Stored data
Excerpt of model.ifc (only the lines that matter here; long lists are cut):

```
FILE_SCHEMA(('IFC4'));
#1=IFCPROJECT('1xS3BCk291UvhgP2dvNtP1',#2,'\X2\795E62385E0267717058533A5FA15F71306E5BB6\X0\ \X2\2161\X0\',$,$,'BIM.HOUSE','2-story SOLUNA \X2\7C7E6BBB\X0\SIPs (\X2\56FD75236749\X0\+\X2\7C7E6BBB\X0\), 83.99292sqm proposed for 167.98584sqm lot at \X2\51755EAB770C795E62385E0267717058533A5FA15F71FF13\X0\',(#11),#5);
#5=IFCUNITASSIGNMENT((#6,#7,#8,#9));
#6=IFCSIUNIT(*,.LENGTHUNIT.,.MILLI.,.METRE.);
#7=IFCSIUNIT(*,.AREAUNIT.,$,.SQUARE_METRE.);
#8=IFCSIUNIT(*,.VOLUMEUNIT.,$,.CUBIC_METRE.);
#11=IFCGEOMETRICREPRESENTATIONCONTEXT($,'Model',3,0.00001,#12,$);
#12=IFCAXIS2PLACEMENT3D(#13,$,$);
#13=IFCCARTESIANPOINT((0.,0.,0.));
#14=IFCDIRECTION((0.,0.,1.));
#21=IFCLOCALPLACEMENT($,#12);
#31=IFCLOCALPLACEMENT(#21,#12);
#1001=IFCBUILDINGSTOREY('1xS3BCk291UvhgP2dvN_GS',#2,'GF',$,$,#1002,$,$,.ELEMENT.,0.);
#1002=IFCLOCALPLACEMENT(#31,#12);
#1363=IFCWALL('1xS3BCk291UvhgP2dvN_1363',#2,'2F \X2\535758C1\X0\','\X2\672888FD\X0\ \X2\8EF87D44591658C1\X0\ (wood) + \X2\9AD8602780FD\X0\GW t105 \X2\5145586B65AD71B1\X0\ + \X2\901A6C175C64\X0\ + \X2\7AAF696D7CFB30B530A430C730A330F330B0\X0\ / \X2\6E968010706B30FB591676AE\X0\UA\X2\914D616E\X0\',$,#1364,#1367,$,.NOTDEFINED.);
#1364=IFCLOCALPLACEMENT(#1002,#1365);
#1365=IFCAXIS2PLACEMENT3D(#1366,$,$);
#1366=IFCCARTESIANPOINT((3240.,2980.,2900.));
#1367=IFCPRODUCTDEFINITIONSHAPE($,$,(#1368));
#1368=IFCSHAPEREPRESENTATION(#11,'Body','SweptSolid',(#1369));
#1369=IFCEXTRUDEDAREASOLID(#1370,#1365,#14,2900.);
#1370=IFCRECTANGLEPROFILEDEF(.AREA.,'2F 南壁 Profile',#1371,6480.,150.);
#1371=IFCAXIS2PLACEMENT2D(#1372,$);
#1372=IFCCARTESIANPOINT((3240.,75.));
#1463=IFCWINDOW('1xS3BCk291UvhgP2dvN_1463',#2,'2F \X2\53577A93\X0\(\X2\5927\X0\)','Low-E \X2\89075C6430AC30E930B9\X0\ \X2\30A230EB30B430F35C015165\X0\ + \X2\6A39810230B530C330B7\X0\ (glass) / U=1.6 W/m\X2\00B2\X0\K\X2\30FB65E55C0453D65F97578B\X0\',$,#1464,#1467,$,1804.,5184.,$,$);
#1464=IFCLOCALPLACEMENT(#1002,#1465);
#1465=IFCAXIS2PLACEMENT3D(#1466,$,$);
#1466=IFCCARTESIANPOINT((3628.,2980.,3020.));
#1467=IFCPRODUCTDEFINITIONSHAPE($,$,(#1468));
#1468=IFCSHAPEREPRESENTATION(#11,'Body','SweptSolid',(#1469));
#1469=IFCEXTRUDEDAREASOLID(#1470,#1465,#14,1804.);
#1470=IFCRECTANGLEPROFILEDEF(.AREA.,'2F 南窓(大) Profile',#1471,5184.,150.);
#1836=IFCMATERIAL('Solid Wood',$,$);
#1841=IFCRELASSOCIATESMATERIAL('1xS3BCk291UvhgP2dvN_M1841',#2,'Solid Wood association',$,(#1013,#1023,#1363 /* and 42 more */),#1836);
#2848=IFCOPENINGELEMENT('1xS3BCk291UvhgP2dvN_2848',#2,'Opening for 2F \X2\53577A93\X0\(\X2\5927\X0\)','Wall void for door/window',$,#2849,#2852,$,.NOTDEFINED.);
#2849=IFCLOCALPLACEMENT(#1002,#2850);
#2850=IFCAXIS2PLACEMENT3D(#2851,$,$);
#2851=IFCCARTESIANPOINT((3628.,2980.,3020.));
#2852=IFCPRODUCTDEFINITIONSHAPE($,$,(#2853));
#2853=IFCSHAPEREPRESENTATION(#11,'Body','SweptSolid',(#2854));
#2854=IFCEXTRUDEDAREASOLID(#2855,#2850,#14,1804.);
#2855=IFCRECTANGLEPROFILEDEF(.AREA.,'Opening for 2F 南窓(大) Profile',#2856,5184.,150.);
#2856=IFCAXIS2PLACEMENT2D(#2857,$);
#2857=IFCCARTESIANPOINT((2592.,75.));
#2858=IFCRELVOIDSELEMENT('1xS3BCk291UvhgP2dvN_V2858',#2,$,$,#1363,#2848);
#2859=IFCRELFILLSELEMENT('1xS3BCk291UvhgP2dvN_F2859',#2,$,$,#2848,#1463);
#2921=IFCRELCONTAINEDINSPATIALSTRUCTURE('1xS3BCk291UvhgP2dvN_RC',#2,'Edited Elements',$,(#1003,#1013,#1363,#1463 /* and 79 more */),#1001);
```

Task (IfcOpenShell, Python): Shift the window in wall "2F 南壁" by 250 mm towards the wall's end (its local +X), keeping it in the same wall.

```python
import ifcopenshell
import ifcopenshell.api.geometry
import ifcopenshell.util.placement

model = ifcopenshell.open("model.ifc")

window = model.by_guid("1xS3BCk291UvhgP2dvN_1463")
opening = window.FillsVoids[0].RelatingOpeningElement
wall = opening.VoidsElements[0].RelatingBuildingElement

wall_matrix = ifcopenshell.util.placement.get_local_placement(wall.ObjectPlacement)
shift = wall_matrix[:3, 0] * 250.0
before = ifcopenshell.util.placement.get_local_placement(window.ObjectPlacement)[:3, 3].copy()

# The window is not placed relative to its opening, so move both.
for product in (opening, window):
    matrix = ifcopenshell.util.placement.get_local_placement(product.ObjectPlacement)
    matrix[:3, 3] += shift
    ifcopenshell.api.geometry.edit_object_placement(model, product=product, matrix=matrix, is_si=False)

after = ifcopenshell.util.placement.get_local_placement(window.ObjectPlacement)[:3, 3]
print("window moved by", (after - before).round(3) + 0.0)

model.write("model_edited.ifc")
```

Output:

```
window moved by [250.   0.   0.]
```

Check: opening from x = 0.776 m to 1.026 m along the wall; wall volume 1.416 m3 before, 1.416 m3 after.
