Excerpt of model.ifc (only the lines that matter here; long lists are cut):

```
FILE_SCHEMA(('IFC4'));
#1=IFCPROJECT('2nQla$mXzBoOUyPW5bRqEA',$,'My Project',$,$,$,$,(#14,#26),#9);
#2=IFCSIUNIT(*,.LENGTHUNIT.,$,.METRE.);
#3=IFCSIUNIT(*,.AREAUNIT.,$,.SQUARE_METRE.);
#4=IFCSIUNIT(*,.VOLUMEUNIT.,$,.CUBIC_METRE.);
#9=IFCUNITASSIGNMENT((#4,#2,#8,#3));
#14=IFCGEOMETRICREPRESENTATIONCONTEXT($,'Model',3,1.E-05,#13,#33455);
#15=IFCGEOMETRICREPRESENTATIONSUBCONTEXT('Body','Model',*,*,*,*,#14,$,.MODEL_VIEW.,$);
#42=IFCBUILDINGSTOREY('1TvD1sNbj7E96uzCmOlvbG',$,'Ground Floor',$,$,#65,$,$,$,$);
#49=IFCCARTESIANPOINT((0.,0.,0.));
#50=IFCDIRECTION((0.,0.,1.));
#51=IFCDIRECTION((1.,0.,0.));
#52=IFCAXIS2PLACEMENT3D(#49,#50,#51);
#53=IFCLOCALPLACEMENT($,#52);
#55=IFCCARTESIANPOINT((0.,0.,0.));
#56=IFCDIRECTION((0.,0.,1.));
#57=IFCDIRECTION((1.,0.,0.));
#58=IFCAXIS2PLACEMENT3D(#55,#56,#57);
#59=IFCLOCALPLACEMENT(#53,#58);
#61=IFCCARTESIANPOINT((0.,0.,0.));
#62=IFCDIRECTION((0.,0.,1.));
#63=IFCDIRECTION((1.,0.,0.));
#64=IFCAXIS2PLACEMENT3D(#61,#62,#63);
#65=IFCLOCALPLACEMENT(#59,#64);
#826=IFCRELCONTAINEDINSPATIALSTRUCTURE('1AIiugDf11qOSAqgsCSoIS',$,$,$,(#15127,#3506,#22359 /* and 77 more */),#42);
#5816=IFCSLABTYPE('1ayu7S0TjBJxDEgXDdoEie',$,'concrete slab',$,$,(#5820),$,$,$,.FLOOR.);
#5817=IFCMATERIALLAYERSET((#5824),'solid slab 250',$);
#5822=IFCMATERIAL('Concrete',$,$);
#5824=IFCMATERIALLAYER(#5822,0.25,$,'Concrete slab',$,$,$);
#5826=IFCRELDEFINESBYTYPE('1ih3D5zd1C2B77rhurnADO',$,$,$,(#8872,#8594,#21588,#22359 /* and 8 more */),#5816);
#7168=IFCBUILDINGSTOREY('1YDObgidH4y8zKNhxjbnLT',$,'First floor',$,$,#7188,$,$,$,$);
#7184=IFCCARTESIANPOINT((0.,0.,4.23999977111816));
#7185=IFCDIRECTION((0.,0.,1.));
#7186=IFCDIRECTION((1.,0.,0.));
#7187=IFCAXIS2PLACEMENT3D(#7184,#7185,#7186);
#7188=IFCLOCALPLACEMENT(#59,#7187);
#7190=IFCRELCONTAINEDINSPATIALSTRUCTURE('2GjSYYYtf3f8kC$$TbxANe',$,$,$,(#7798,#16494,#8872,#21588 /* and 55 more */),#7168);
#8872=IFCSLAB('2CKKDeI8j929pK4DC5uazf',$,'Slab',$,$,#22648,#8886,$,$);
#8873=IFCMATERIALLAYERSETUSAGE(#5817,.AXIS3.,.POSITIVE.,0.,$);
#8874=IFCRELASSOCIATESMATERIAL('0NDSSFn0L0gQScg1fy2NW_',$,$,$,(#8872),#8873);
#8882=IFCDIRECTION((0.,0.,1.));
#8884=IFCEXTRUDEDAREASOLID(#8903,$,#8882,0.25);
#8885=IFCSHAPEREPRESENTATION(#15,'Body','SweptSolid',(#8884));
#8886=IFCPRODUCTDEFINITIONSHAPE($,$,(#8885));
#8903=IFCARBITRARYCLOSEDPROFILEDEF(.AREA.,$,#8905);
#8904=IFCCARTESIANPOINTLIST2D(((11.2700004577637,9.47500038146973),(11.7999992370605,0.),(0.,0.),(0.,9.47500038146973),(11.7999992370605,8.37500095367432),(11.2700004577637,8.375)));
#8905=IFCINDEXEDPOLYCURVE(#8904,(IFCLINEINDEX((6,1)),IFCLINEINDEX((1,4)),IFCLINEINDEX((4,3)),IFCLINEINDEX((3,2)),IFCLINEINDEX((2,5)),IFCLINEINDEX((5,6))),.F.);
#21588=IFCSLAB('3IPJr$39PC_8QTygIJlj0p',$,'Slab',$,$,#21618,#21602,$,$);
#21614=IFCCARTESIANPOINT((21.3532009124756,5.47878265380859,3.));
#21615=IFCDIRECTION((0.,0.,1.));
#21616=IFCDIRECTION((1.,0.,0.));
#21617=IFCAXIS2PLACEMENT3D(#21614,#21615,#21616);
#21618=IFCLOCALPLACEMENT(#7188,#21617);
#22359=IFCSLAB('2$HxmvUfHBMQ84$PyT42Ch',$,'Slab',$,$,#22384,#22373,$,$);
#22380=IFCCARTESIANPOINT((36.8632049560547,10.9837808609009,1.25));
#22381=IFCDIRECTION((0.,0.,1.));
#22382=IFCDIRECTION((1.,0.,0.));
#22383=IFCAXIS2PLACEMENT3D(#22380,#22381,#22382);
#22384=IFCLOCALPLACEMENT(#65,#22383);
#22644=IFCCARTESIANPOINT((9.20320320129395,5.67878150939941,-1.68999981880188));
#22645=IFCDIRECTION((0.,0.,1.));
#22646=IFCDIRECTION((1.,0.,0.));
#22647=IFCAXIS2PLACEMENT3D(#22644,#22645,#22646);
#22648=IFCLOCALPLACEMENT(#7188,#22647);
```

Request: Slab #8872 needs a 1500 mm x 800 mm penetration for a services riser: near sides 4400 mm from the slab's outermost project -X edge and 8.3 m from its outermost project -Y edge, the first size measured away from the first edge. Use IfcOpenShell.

```python
import numpy as np
import ifcopenshell
import ifcopenshell.api.feature
import ifcopenshell.api.geometry
import ifcopenshell.api.root
import ifcopenshell.geom
import ifcopenshell.util.placement
import ifcopenshell.util.representation
import ifcopenshell.util.shape
import ifcopenshell.util.unit

model = ifcopenshell.open("model.ifc")
unit_scale = ifcopenshell.util.unit.calculate_unit_scale(model)
settings = ifcopenshell.geom.settings()


def volume(element):
    """Net volume in cubic metres, openings subtracted."""
    shape = ifcopenshell.geom.create_shape(settings, element)
    return ifcopenshell.util.shape.get_volume(shape.geometry)


slab = model.by_id(8872)
before = volume(slab)

# Extent in the slab's own axes, in metres. The edges named are its -X and -Y sides.
slab_shape = ifcopenshell.geom.create_shape(settings, slab)
vertices = ifcopenshell.util.shape.get_vertices(slab_shape.geometry)
x_min, y_min, bottom = vertices.min(axis=0)
top = vertices[:, 2].max()

opening = ifcopenshell.api.root.create_entity(model, ifc_class="IfcOpeningElement", name="Services riser opening", predefined_type="OPENING")
context = ifcopenshell.util.representation.get_context(model, "Model", "Body", "MODEL_VIEW")
width, depth = 1.5, 0.8
outline = [(0.0, 0.0), (width, 0.0), (width, depth), (0.0, depth), (0.0, 0.0)]
# Overshoot both faces by 50 mm so the cut is clean.
shape = ifcopenshell.api.geometry.add_slab_representation(
    model, context=context, depth=top - bottom + 0.1, polyline=outline
)
ifcopenshell.api.geometry.assign_representation(model, product=opening, representation=shape)

matrix = ifcopenshell.util.placement.get_local_placement(slab.ObjectPlacement)
matrix[:, 3] = matrix @ np.append(np.array([x_min + 4.4, y_min + 8.3, bottom - 0.05]) / unit_scale, 1.0)
ifcopenshell.api.geometry.edit_object_placement(model, product=opening, matrix=matrix, is_si=False)
ifcopenshell.api.feature.add_feature(model, feature=opening, element=slab)

after = volume(slab)

print(f"slab volume {before:.3f} -> {after:.3f} m3")

model.write("model_updated.ifc")
```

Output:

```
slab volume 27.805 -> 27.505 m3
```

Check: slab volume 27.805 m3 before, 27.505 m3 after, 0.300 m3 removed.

## ACTION ITEM
Search the entries for the string "IFCSIUNIT" and copy each line where it occurs.

## TASK RESULT
#6=IFCSIUNIT(*,.LENGTHUNIT.,.MILLI.,.METRE.);
#7=IFCSIUNIT(*,.AREAUNIT.,$,.SQUARE_METRE.);
#8=IFCSIUNIT(*,.VOLUMEUNIT.,$,.CUBIC_METRE.);
#2=IFCSIUNIT(*,.LENGTHUNIT.,$,.METRE.);
#3=IFCSIUNIT(*,.AREAUNIT.,$,.SQUARE_METRE.);
#4=IFCSIUNIT(*,.VOLUMEUNIT.,$,.CUBIC_METRE.);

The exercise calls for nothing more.